Work instructions: Only the lines from the one containing "5.8745), z_axis=(0.0, 0.0, 1.0), x_axis=(1.0, 0.0, 0.0)))" through the one containing "#33=IFCINDEXEDPOLYGONALFACE((25,29,30,26));" should be printed, exactly as they appear below, with both ends included.

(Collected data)
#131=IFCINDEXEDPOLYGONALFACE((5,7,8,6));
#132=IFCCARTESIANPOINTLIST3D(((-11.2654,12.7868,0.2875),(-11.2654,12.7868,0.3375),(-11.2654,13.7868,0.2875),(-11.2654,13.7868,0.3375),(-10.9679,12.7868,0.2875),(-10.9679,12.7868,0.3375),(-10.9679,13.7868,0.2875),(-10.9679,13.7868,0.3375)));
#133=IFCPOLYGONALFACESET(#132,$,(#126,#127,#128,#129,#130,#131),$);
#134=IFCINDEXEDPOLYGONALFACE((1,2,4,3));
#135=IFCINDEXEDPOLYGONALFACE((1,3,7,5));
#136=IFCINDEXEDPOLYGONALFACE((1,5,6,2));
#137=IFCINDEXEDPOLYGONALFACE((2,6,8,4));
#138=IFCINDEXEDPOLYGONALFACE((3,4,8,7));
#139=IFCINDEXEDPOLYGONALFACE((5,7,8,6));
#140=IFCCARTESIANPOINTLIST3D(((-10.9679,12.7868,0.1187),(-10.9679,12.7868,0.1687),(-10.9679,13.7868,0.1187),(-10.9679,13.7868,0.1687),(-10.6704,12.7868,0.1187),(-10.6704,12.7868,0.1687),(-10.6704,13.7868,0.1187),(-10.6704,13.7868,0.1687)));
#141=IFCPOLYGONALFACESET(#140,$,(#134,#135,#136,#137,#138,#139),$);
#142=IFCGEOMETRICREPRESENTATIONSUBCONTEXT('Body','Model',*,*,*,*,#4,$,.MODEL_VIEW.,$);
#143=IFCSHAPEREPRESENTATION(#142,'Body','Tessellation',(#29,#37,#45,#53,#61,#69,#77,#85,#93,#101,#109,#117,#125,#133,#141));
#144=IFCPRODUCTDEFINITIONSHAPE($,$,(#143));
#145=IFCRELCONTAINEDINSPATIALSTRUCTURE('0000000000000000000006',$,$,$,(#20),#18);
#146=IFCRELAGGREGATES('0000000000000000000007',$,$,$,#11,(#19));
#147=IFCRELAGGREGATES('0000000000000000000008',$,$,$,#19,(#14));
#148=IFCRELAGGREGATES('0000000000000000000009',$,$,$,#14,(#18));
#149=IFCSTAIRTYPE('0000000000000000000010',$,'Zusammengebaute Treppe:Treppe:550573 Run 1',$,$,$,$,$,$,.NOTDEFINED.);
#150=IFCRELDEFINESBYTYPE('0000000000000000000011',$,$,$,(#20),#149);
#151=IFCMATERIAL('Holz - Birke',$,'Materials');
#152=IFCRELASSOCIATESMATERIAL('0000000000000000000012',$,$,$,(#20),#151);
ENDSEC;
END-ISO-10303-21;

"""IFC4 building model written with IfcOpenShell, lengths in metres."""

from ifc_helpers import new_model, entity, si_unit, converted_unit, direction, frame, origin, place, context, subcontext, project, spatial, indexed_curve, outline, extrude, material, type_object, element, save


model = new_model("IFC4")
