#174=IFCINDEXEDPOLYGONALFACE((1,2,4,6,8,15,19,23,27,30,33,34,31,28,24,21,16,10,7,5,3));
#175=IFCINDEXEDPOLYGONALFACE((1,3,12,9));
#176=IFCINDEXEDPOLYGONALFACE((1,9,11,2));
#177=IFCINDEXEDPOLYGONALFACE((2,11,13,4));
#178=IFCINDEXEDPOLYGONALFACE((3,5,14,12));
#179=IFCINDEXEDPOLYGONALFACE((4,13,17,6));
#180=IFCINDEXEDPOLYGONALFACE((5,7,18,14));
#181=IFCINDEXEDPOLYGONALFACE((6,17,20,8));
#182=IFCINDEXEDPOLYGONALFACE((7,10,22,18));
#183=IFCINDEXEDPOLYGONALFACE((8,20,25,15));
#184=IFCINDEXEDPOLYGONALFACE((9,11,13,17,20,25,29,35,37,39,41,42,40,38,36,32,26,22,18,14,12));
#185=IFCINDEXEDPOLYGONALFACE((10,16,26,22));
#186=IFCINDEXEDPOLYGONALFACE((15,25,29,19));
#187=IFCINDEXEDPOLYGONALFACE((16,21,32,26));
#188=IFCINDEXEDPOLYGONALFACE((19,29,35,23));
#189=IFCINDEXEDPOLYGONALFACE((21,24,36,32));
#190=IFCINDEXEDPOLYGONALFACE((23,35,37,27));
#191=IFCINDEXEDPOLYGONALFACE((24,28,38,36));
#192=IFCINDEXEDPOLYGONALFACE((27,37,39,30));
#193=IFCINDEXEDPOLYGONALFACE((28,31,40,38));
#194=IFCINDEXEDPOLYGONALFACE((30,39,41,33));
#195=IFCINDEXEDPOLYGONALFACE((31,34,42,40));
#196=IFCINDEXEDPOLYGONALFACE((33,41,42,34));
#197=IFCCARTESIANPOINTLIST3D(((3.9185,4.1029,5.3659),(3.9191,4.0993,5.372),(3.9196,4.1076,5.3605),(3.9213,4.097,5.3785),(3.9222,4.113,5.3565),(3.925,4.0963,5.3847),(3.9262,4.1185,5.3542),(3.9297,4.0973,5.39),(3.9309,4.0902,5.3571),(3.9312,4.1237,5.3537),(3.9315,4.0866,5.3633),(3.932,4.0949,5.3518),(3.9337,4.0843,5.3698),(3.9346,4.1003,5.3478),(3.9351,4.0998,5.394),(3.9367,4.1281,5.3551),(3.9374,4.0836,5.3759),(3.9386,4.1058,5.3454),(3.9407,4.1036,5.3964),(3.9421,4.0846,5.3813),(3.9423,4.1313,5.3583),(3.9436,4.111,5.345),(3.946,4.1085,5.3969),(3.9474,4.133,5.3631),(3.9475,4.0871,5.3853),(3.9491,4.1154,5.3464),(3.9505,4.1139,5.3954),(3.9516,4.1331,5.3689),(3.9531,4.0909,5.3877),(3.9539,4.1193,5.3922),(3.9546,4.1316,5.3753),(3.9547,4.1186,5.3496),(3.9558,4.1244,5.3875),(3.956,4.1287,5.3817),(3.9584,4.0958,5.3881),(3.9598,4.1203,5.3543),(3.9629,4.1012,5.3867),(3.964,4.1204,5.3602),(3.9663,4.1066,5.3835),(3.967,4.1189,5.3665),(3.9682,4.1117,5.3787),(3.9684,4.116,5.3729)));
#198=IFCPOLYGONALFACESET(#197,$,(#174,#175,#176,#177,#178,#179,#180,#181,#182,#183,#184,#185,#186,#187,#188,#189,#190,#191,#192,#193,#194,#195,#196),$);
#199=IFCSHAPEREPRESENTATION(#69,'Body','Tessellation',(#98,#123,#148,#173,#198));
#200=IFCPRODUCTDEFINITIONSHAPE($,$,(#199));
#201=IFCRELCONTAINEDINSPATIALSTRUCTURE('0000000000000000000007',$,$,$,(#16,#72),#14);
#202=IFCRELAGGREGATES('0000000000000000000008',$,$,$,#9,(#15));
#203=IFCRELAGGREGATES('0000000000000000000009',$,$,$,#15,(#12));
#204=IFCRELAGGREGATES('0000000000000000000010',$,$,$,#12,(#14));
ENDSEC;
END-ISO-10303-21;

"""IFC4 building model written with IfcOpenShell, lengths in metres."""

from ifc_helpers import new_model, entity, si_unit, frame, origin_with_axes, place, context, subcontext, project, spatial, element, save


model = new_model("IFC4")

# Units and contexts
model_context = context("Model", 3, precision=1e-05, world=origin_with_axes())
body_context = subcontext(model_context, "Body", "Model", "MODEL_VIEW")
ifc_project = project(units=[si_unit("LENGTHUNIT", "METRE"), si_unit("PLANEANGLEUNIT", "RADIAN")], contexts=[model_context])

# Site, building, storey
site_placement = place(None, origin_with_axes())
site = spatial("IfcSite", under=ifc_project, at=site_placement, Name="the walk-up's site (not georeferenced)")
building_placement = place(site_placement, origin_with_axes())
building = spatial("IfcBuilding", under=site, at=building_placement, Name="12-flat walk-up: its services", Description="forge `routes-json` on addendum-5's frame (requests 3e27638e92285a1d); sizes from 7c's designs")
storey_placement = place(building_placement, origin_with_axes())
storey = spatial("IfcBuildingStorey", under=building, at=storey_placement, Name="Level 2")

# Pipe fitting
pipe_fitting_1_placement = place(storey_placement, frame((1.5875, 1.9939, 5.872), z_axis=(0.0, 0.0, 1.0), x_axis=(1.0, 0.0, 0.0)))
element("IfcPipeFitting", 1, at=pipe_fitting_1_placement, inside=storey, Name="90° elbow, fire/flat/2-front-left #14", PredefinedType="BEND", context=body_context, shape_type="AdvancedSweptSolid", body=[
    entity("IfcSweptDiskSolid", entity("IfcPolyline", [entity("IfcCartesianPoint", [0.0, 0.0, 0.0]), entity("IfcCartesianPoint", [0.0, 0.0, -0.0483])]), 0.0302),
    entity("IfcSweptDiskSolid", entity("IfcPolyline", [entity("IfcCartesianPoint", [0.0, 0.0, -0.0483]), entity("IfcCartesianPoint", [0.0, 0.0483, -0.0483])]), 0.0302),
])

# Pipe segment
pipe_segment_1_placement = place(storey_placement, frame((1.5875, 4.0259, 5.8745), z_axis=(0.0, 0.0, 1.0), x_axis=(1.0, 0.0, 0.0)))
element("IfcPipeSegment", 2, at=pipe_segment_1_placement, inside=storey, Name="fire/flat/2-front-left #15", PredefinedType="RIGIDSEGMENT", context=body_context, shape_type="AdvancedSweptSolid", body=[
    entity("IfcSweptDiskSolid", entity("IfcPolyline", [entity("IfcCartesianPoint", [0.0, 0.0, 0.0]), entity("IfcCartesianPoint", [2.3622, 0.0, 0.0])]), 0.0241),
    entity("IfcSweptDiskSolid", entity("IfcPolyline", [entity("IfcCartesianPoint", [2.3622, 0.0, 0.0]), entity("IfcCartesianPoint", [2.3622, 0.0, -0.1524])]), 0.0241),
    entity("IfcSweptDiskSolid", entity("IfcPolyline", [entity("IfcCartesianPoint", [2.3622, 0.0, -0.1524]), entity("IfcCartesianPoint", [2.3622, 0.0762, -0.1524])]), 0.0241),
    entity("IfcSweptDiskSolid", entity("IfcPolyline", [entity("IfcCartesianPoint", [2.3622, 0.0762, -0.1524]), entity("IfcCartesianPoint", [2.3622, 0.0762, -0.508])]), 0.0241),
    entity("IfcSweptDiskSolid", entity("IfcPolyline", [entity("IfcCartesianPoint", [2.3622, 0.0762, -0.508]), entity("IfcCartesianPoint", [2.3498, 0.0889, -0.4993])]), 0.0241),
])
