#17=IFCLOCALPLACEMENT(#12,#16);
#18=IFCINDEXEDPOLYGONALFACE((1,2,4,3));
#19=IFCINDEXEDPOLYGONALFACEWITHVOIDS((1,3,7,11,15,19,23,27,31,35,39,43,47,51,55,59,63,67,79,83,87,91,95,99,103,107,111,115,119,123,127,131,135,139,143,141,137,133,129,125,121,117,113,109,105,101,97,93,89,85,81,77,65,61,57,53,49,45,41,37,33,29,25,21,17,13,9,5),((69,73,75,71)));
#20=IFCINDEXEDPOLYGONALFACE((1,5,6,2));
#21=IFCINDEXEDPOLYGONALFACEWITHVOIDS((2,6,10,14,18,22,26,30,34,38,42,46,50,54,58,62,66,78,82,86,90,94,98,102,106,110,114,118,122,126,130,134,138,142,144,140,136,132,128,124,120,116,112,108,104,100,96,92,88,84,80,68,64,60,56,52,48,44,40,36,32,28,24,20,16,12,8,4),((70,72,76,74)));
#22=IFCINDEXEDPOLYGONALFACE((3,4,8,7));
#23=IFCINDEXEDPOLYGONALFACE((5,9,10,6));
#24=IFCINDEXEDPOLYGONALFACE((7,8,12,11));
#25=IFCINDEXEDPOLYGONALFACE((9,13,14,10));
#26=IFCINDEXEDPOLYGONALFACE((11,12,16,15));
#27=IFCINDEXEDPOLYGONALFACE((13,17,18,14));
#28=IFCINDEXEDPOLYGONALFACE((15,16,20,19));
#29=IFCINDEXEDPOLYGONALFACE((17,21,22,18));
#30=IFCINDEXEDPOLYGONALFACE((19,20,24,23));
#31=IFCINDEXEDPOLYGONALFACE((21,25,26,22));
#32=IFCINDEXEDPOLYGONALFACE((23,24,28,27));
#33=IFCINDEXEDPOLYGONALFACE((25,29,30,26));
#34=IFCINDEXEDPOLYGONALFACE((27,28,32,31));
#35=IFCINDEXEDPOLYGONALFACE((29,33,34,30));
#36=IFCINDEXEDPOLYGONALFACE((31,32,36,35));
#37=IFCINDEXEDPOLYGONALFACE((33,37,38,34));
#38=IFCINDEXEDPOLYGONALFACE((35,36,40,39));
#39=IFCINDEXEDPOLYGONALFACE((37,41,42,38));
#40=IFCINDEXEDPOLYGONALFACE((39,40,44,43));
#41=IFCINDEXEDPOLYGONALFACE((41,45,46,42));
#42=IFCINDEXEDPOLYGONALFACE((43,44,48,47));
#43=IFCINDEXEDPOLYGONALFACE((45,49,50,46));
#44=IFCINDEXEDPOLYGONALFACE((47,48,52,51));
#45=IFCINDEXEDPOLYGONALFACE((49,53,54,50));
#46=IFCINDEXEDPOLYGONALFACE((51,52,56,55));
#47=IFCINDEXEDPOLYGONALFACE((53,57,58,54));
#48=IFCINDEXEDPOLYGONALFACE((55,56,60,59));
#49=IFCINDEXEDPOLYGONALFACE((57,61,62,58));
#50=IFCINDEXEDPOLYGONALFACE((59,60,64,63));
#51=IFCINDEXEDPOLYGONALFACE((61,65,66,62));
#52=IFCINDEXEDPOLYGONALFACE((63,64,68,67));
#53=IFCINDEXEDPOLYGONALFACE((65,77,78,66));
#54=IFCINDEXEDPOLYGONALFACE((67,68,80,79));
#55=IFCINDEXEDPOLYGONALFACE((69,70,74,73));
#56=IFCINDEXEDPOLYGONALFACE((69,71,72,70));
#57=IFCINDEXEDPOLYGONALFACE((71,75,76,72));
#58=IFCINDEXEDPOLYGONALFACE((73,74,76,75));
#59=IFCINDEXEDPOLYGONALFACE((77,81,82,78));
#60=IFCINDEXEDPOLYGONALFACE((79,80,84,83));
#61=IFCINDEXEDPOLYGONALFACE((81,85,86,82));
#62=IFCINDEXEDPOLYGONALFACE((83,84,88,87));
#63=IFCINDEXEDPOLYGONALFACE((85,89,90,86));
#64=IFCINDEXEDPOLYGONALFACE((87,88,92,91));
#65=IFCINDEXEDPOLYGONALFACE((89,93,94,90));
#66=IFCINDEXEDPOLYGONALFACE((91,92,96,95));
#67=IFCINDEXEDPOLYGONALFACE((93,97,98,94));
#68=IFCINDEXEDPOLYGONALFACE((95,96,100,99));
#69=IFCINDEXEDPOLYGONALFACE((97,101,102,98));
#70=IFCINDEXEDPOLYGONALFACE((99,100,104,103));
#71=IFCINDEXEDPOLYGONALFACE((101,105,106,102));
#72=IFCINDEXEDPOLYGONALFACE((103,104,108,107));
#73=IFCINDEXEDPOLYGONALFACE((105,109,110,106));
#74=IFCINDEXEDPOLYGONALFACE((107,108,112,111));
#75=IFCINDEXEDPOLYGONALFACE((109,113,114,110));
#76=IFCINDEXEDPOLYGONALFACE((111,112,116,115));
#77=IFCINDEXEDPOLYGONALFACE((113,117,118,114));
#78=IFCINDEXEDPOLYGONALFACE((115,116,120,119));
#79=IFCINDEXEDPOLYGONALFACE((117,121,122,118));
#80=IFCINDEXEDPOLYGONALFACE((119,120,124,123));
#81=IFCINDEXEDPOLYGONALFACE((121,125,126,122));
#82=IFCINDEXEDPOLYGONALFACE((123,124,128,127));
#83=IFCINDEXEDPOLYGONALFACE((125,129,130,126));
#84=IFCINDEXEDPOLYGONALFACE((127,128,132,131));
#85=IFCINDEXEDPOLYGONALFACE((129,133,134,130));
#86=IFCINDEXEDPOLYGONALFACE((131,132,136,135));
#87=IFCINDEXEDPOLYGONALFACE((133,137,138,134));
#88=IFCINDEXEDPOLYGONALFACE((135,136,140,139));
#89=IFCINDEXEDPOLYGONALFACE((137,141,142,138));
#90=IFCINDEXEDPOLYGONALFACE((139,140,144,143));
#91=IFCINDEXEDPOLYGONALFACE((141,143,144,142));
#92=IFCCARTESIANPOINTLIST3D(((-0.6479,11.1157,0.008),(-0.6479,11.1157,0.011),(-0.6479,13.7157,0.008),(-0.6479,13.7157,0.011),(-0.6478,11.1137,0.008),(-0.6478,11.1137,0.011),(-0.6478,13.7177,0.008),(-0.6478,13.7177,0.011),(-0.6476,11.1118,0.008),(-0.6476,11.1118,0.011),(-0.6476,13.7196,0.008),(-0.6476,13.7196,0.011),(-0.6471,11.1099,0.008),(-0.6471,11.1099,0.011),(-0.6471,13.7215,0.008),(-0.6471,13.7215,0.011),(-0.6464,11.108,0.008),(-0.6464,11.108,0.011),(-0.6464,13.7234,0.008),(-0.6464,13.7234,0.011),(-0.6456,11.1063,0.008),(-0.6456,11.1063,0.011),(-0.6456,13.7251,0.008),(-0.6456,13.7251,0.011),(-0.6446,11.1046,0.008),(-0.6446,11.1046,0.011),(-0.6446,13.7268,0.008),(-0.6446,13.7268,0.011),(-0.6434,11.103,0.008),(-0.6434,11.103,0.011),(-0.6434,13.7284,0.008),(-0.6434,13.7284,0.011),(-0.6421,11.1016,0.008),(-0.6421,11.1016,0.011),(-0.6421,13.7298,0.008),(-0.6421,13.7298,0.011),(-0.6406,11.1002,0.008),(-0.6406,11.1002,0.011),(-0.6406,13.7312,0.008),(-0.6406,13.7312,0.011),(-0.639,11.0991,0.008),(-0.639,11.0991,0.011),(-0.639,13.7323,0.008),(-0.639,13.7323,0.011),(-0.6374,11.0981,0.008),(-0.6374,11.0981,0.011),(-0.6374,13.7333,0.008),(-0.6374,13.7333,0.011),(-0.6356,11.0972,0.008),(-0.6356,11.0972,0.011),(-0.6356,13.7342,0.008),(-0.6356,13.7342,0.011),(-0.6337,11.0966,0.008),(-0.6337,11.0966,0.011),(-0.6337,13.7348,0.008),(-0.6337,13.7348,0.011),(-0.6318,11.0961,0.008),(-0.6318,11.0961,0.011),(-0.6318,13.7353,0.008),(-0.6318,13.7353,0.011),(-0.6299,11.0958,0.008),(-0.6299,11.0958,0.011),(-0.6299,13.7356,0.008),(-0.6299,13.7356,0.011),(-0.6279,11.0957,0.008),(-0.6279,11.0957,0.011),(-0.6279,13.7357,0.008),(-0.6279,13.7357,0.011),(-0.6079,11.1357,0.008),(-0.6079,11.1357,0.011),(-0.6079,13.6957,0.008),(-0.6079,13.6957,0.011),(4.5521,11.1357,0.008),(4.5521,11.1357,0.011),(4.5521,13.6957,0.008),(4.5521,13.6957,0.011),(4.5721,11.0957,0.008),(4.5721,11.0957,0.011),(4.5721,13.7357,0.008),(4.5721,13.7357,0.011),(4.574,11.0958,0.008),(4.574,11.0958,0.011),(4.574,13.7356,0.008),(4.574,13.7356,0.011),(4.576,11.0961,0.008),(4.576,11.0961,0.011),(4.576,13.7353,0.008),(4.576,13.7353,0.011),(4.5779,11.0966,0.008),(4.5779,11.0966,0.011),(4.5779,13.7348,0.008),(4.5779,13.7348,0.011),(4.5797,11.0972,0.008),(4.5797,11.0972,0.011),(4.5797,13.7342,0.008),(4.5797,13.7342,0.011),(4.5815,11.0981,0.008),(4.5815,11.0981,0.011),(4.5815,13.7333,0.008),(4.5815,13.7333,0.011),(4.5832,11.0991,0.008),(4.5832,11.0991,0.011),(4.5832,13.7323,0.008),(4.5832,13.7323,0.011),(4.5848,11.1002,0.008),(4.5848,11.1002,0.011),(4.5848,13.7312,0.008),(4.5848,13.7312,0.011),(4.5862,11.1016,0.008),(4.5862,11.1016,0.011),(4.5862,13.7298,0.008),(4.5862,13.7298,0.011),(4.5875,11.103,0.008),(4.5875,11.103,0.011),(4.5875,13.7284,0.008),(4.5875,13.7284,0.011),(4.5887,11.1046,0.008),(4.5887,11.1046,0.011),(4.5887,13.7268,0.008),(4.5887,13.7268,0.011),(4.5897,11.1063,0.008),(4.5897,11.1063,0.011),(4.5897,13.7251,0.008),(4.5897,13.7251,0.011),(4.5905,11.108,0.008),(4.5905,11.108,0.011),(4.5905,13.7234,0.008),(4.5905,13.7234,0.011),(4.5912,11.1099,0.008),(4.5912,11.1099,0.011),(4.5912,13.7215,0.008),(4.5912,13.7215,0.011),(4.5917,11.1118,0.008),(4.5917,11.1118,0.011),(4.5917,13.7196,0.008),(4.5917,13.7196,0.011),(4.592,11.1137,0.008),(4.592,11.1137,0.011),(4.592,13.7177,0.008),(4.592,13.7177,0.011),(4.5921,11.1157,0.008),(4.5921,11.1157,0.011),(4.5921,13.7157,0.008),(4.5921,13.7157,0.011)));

Response area:
pipe_segment_1_placement = place(storey_placement, frame((1.5875, 4.0259, 5.8745), z_axis=(0.0, 0.0, 1.0), x_axis=(1.0, 0.0, 0.0)))
element("IfcPipeSegment", 2, at=pipe_segment_1_placement, inside=storey, Name="fire/flat/2-front-left #15", PredefinedType="RIGIDSEGMENT", context=body_context, shape_type="AdvancedSweptSolid", body=[
    entity("IfcSweptDiskSolid", entity("IfcPolyline", [entity("IfcCartesianPoint", [0.0, 0.0, 0.0]), entity("IfcCartesianPoint", [2.3622, 0.0, 0.0])]), 0.0241),
    entity("IfcSweptDiskSolid", entity("IfcPolyline", [entity("IfcCartesianPoint", [2.3622, 0.0, 0.0]), entity("IfcCartesianPoint", [2.3622, 0.0, -0.1524])]), 0.0241),
    entity("IfcSweptDiskSolid", entity("IfcPolyline", [entity("IfcCartesianPoint", [2.3622, 0.0, -0.1524]), entity("IfcCartesianPoint", [2.3622, 0.0762, -0.1524])]), 0.0241),
    entity("IfcSweptDiskSolid", entity("IfcPolyline", [entity("IfcCartesianPoint", [2.3622, 0.0762, -0.1524]), entity("IfcCartesianPoint", [2.3622, 0.0762, -0.508])]), 0.0241),
    entity("IfcSweptDiskSolid", entity("IfcPolyline", [entity("IfcCartesianPoint", [2.3622, 0.0762, -0.508]), entity("IfcCartesianPoint", [2.3498, 0.0889, -0.4993])]), 0.0241),
])
#17=IFCLOCALPLACEMENT(#12,#16);
#18=IFCINDEXEDPOLYGONALFACE((1,2,4,3));
#19=IFCINDEXEDPOLYGONALFACEWITHVOIDS((1,3,7,11,15,19,23,27,31,35,39,43,47,51,55,59,63,67,79,83,87,91,95,99,103,107,111,115,119,123,127,131,135,139,143,141,137,133,129,125,121,117,113,109,105,101,97,93,89,85,81,77,65,61,57,53,49,45,41,37,33,29,25,21,17,13,9,5),((69,73,75,71)));
#20=IFCINDEXEDPOLYGONALFACE((1,5,6,2));
#21=IFCINDEXEDPOLYGONALFACEWITHVOIDS((2,6,10,14,18,22,26,30,34,38,42,46,50,54,58,62,66,78,82,86,90,94,98,102,106,110,114,118,122,126,130,134,138,142,144,140,136,132,128,124,120,116,112,108,104,100,96,92,88,84,80,68,64,60,56,52,48,44,40,36,32,28,24,20,16,12,8,4),((70,72,76,74)));
#22=IFCINDEXEDPOLYGONALFACE((3,4,8,7));
#23=IFCINDEXEDPOLYGONALFACE((5,9,10,6));
#24=IFCINDEXEDPOLYGONALFACE((7,8,12,11));
#25=IFCINDEXEDPOLYGONALFACE((9,13,14,10));
#26=IFCINDEXEDPOLYGONALFACE((11,12,16,15));
#27=IFCINDEXEDPOLYGONALFACE((13,17,18,14));
#28=IFCINDEXEDPOLYGONALFACE((15,16,20,19));
#29=IFCINDEXEDPOLYGONALFACE((17,21,22,18));
#30=IFCINDEXEDPOLYGONALFACE((19,20,24,23));
#31=IFCINDEXEDPOLYGONALFACE((21,25,26,22));
#32=IFCINDEXEDPOLYGONALFACE((23,24,28,27));
#33=IFCINDEXEDPOLYGONALFACE((25,29,30,26));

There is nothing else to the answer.